Also Kartusche bringt echt viel,gerade weil sie besser auf einen abgestimmt ist und ich finde die Dämpfung der 302 ist das, was die Gabel an ihrer Performance hindert.

Die 302er Domain ist leider aus Erfahrung (haben im BSB-Projekt zwei gehabt) nicht so gut wie die 318, welche eine andere Dämpfung hat.
Ich kann dir anbieten mich um deine Gabel mal zu kümmern und zu schauen warum deine so schlecht geht.
Evtl bringts etwas ein 318er Dämpfunssystem zu verbauen.

Aber schau mal,du hast untem am rechten Gabelholm ein rotes Rädchen, dreh mal daran , evtl wird das Ansprechverhalten dann besser, könnt sein das das zu weit aufgedreht oder was ich eher glaube zu zugedreht.
Die Standardfeder der Domain im Froggy müsst eig für deine 100kg denke ich mal fschon zu weich sein, denn selbst ich habe sie mit meinen fahrfertigen 80-85kg relativ schnell zum Durchschlag bekommen.
Das sie bei dir geht könnt an einem zu schnellen Rebound liegen, was das Starrfederverhalten erklären würde...


----------



## lukiluk (11. Januar 2011)

ja an diesem rädchen hab ich schon rumgespielt.. ich konnte ganz ehrlich fast gar keine veränderung feststellen. hab komplett auf langsamen rebound (schildkröte) gestellt und bin die gleiche strecke nochmal gefahren.

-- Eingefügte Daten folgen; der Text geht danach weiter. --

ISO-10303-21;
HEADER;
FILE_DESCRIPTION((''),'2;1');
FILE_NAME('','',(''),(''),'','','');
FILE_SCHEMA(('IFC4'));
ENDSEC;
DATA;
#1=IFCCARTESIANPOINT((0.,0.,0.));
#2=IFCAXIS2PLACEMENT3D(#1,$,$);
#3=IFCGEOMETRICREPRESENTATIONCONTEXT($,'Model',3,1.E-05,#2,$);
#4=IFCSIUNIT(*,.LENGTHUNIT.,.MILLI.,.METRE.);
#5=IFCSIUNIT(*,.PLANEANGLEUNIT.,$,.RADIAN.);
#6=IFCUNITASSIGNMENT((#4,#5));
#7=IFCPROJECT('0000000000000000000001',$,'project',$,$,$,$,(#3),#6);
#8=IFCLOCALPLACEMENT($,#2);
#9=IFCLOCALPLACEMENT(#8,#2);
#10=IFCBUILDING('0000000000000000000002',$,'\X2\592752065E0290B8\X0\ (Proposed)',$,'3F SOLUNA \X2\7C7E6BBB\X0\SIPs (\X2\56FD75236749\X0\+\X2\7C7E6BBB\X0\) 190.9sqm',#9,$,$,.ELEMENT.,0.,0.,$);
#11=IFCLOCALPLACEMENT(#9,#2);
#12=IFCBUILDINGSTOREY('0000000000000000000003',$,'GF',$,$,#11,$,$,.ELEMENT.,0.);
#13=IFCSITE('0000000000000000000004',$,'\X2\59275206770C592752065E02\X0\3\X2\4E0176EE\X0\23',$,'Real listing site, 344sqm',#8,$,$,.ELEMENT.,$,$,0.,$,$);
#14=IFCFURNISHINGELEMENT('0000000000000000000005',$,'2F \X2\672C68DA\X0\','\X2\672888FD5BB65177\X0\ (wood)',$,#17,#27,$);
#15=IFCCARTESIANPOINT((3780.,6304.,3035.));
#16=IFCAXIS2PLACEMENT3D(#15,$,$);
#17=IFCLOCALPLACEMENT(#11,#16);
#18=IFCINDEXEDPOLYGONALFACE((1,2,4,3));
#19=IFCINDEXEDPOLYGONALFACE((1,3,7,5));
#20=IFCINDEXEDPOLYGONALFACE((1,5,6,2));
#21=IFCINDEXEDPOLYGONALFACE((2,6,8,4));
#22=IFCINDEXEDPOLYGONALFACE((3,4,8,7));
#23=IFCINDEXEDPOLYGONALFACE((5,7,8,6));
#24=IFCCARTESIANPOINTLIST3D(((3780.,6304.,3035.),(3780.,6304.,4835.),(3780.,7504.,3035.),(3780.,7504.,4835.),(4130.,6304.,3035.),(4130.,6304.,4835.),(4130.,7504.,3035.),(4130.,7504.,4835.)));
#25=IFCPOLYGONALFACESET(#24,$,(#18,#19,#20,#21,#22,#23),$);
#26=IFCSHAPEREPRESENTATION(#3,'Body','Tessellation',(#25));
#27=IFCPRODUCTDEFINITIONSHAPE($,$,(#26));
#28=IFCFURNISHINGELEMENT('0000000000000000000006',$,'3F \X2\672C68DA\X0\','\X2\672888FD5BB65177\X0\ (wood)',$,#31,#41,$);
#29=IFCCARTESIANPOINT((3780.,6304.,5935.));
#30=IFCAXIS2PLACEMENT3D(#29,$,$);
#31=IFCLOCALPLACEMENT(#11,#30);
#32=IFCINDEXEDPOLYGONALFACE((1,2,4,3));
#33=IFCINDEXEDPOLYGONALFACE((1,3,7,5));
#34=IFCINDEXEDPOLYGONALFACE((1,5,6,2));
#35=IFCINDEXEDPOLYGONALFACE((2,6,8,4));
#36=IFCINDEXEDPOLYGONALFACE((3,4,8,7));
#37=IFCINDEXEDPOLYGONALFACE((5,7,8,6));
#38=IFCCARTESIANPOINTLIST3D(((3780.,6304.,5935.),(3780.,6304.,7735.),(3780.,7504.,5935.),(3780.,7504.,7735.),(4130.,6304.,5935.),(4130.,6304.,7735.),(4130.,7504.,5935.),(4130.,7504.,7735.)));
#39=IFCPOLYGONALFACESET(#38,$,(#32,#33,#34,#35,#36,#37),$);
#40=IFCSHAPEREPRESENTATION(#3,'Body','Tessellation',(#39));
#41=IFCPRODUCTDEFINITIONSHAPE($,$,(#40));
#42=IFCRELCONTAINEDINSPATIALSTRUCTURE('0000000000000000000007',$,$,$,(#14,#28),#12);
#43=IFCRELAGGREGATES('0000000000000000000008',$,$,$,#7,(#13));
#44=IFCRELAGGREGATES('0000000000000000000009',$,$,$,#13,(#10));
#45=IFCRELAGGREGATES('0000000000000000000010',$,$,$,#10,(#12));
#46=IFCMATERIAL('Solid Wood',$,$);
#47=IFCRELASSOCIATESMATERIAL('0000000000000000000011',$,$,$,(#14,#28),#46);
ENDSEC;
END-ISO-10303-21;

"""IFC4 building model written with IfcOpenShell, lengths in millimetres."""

from ifc_helpers import new_model, si_unit, frame, frame_2d, origin, place, context, project, spatial, rectangle, extrude, material, element, save


model = new_model("IFC4")

# Units and contexts
model_context = context("Model", 3, precision=1e-05, world=origin())
ifc_project = project(units=[si_unit("LENGTHUNIT", "METRE", prefix="MILLI"), si_unit("PLANEANGLEUNIT", "RADIAN")], contexts=[model_context])

# Site, building, storey
site_placement = place(None, origin())
site = spatial("IfcSite", under=ifc_project, at=site_placement, Name="大分県大分市3丁目23", ObjectType="Real listing site, 344sqm", CompositionType="ELEMENT", RefElevation=0.0)
building_placement = place(site_placement, origin())
building = spatial("IfcBuilding", under=site, at=building_placement, Name="大分市邸 (Proposed)", ObjectType="3F SOLUNA 籾殻SIPs (国産杉+籾殻) 190.9sqm", CompositionType="ELEMENT", ElevationOfRefHeight=0.0, ElevationOfTerrain=0.0)
storey_placement = place(building_placement, origin())
storey = spatial("IfcBuildingStorey", under=building, at=storey_placement, Name="GF", CompositionType="ELEMENT", Elevation=0.0)

# Shared definitions
ifc_material_1 = material(Name="Solid Wood")

# Furnishing elements
furnishing_1_placement = place(storey_placement, frame((3780.0, 6304.0, 3035.0)))
element("IfcFurnishingElement", 1, at=furnishing_1_placement, inside=storey, material=ifc_material_1, Name="2F 本棚", Description="木製家具 (wood)", context=model_context, shape_type="SweptSolid", body=[
    extrude(rectangle(XDim=350.0, YDim=1200.0, at=frame_2d((175.0, 600.0))), frame((3780.0, 6304.0, 3035.0)), (0.0, 0.0, 1.0), 1800.0),
])
furnishing_2_placement = place(storey_placement, frame((3780.0, 6304.0, 5935.0)))
element("IfcFurnishingElement", 2, at=furnishing_2_placement, inside=storey, material=ifc_material_1, Name="3F 本棚", Description="木製家具 (wood)", context=model_context, shape_type="SweptSolid", body=[
    extrude(rectangle(XDim=350.0, YDim=1200.0, at=frame_2d((175.0, 600.0))), frame((3780.0, 6304.0, 5935.0)), (0.0, 0.0, 1.0), 1800.0),
])

save(model, "model.ifc")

bei sprüngen oder größeren hindernissen geht die gabel ja ganz gut - da merk ich auch wieder das sie etwas zu weich ist - aber wie gesagt bei so kleinen schnellen schlägen versteift sie sich total 

wie würde das denn ablaufen mit dem ansehen? ich denk wir wohnen doch ein stückchen auseinander


----------



## L0cke (11. Januar 2011)

Hey, also wenn müsstest du mir die Gabel schicken anders wirds wohl nicht gehen... 

Rebound müsste bei dir wahrscheinlich 6-10 klicks vor ganz langsam am besten sein, aber daran scheint es schonmal nicht zu liegen....

Also ich denke das es eher an der Dämpfung/Öl liegt....


----------



## maggse (17. Januar 2011)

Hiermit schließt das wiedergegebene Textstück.